# Phew! That went better than I expected......



## I like Skol (9 Jul 2013)

There's been a potential storm brewing at Skol Mansions for the last month or so. I try to cycle the kids to school whenever possible maybe only 1 or 2 days a week depending on weather and shift patterns. Oldest son is 10 and will be in his last year at junior school after the summer hols (currently year 5) younger son is a few years behind and is only 7yrs old.

Mrs Skol has always been a bit uneasy about this, saying the roads are too busy, there's too many idiots about and the kids aren't sensible enough. My argument has been that most of the 2.5 mile route is parks, cycle tracks and quiet back roads with only a short busy area as we cross the town centre which is mainly by using the ped crossings and riding across the market place and pedestrianized centre. I am there to shepherd them and make sure the motorists are kept at bay!

For the last couple of months I have done a staged release for the older son. First he was allowed to go on ahead once we crossed the town centre. Then as we left the house, and eventually about 2 or 3 weeks ago I started sending him on his own while I drove the younger son in the car.

This has worked well and he has proven his ability and had a huge boost to his confidence and independence (he has been keen to get up and get his own stuff ready so he can go when he needs to). I told both kids that mum wasn't going to like the arrangement so we wouldn't talk about it BUT! We were not going to lie about it and if she asked about how we were getting to school only the truth would do.

Last night it happened. Mrs Skol asked if we had cycled to school and quick as a flash before I had a chance to explain diplomatically, youngest Skol blurted out "Big brother rode to school on his own!"

As expected, Mrs Skol was less than pleased and she made this clear, but there were no dramatics, no accusations of risking their lives, terrible irresponsibility, this must never happen again etc... In fact, the evening continued almost as if nothing had happened and at bed time she just repeated again that she wasn't happy about him riding alone and that has been the end of it? I really expected it to hit the fan on this subject but it hasn't. As our kids have grown and developed there have been several sticking points/developmental milestones where I have pushed and Mrs Skol has held back (ditching the pram, moving from child car seats to booster seats etc) and I think she may know that she is too hesitant and I am too keen. This has been on the horizon since the end of last summer when I first thought he was about ready to ride solo so I have waited a good while before putting it into practice.
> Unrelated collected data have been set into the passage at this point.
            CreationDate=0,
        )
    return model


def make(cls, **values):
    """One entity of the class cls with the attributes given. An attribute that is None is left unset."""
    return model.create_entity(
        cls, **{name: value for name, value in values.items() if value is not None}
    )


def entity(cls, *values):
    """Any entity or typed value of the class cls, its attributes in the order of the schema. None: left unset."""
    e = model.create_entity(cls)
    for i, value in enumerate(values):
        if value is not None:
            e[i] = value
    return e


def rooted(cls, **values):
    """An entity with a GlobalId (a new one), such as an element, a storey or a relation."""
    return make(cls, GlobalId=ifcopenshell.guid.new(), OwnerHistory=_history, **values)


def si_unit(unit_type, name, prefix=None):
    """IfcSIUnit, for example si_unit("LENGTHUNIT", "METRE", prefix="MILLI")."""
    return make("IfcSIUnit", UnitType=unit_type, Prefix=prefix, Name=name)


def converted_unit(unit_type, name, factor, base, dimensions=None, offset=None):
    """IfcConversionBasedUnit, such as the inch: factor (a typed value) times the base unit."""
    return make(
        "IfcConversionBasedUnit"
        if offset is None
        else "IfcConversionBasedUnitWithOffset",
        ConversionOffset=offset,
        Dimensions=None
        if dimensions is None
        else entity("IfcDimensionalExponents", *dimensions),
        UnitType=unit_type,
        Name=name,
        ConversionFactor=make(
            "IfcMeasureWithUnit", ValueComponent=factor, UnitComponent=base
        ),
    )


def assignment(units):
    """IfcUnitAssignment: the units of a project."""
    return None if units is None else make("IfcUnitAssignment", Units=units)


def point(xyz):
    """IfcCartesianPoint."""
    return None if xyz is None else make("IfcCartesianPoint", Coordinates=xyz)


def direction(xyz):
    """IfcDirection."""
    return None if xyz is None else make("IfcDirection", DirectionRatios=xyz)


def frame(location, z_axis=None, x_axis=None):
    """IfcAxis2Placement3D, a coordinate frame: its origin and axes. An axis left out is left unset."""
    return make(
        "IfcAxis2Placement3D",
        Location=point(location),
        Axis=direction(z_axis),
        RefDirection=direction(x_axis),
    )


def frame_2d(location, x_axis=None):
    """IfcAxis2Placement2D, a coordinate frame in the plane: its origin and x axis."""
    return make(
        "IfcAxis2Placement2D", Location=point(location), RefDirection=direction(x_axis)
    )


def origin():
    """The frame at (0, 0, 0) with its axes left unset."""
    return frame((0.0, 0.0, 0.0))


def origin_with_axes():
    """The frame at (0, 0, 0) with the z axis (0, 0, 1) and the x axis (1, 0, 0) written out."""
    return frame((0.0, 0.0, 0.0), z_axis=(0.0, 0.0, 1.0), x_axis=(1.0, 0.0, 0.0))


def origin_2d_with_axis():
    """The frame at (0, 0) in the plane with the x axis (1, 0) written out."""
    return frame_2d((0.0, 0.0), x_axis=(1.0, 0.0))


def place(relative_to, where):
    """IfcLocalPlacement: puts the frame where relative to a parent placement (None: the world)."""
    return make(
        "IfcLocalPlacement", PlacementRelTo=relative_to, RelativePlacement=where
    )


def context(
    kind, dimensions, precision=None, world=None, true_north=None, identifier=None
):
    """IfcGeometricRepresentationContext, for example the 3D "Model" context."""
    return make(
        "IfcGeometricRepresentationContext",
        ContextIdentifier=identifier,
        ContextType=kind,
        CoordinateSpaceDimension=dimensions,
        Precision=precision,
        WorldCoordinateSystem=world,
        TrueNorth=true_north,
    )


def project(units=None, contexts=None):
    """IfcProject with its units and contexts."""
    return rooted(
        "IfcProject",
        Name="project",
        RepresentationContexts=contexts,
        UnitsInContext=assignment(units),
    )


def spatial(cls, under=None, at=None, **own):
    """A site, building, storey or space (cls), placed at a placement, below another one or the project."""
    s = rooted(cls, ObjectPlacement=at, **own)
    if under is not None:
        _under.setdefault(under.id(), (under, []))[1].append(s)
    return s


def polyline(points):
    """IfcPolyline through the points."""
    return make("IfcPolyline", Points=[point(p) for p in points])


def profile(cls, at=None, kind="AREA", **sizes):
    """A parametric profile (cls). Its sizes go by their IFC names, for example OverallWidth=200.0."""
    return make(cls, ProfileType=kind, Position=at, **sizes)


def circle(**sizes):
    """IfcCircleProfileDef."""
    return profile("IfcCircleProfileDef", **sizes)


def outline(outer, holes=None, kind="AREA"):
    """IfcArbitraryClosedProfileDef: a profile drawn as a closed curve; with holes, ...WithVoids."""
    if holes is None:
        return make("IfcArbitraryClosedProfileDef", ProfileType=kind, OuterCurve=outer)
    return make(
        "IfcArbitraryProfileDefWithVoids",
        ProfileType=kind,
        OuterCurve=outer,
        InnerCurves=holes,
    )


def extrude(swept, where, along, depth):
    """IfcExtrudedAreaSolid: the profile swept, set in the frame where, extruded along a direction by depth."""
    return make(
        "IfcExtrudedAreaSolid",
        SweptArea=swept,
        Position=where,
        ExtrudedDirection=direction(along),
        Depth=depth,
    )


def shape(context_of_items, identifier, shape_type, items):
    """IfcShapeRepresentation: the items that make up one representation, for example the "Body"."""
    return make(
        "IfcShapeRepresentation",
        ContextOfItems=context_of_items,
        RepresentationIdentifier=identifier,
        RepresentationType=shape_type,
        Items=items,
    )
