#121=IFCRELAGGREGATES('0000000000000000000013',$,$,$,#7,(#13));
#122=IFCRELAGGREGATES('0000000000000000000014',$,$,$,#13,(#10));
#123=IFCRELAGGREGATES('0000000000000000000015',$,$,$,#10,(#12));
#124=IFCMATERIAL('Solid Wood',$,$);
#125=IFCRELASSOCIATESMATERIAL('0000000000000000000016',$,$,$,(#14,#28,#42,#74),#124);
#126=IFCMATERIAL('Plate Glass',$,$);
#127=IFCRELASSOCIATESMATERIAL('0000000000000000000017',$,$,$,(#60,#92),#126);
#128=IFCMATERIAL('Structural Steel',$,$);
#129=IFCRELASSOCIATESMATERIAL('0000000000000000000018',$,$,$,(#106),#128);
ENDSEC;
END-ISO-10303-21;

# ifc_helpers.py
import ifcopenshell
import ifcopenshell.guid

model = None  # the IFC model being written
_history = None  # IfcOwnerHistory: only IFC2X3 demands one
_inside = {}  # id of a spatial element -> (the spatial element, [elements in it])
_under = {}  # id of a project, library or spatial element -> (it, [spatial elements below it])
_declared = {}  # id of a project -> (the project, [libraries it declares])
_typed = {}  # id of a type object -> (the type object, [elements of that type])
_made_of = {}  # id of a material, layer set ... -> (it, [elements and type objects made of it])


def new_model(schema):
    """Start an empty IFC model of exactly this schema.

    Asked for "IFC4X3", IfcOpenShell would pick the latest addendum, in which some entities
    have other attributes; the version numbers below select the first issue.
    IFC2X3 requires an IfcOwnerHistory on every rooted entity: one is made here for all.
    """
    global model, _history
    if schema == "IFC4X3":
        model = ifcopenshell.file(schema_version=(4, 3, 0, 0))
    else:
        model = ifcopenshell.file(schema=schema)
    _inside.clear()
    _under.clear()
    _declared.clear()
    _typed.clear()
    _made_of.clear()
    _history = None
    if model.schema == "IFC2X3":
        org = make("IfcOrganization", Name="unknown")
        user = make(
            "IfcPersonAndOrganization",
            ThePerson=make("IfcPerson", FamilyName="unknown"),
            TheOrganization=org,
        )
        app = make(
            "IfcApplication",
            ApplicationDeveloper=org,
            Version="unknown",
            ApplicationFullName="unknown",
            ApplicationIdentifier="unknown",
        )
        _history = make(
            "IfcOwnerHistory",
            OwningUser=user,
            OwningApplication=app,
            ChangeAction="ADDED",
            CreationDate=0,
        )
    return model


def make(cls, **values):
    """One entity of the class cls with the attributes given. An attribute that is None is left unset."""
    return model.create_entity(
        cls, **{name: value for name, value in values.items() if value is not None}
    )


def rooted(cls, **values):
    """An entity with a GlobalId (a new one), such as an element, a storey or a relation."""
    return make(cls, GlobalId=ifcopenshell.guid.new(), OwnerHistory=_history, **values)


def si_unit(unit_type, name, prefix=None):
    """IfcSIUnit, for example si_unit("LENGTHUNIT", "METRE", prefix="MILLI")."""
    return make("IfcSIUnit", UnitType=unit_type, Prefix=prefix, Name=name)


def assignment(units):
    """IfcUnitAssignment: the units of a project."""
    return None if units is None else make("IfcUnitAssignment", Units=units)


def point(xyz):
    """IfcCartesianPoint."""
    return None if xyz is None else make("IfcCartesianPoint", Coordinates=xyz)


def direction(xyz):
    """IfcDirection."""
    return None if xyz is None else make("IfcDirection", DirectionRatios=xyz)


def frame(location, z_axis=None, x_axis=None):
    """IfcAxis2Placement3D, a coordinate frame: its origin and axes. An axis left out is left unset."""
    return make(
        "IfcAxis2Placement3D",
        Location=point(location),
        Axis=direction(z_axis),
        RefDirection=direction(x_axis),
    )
Anyway, it looks like I now have a child that is about to be released into the big wide world under his own steam. It won't be too long before he is off to his mates houses etc, maybe not this summer but possibly, and definitely next year.


----------



## fossyant (9 Jul 2013)

Excellent. He will be fine having seen him in action. My lad rode to school in last year juniors then now at high school.


----------



## roadrash (9 Jul 2013)

Well done ,it can only serve him well . It's great watching your kids take little steps to independence


----------



## Lanzecki (9 Jul 2013)

It's all good. We all have to 'release' them at some time. Giving them independence is an important step in their lives. 

There are always dangers on the road, just as there are dangers in the kitchen. It's all about balancing dangers with life experiences.


----------



## I like Skol (9 Jul 2013)

fossyant said:


> .....He will be fine having seen him in action........


Now, I'm sure he won't be fine because at some point something will happen. This could be something simple like a puncture or taking a tumble on wet leaves or more serious like being accosted by a bunch of peanut little sh!t kids that decide today they are going to pick on the lone kid riding his bike past. Whatever it is, it's how he deals with these situations that will show his true mettle.



Lanzecki said:


> There are always dangers on the road, just as there are dangers in the kitchen. It's all about balancing dangers with life experiences.


 He's good, and while he isn't as aware on the road as I am, he seems to be very aware of this and so takes extra care. I am certain I will feel terribly guilty if and when anything bad happens.


----------



## fossyant (9 Jul 2013)

My lad has had one knock off, early on - car reversed off a drive. He picked himself up and carried on. One or two mechanicals - puncture and a jammed chain. Called mum to collect him, even though he could have walked home in 20 minutes. He did fix the puncture at home. Oh and he's had one or two of the idiots at school try and knock him off, easily out ran them.


----------



## Sandra6 (10 Jul 2013)

Letting go of the first is the hardest, subsequent children are easier. 
My eldest had very little in the way of freedom until he went to senior school, but my youngest (8) rides her bike around the neighbourhood back lanes happily. 
Mind you, eldest son was a bit of a numpty and on the couple of occasions he was allowed anywhere ended up in strife -including getting himself hit by a car!


----------



## byegad (10 Jul 2013)

At ten I'd done the Cycling Proficiency course and was riding around Middlesbrough on my own. While traffic levels were not, in the early 1960s what they are today, Middlesbrough town centre was pretty damn busy!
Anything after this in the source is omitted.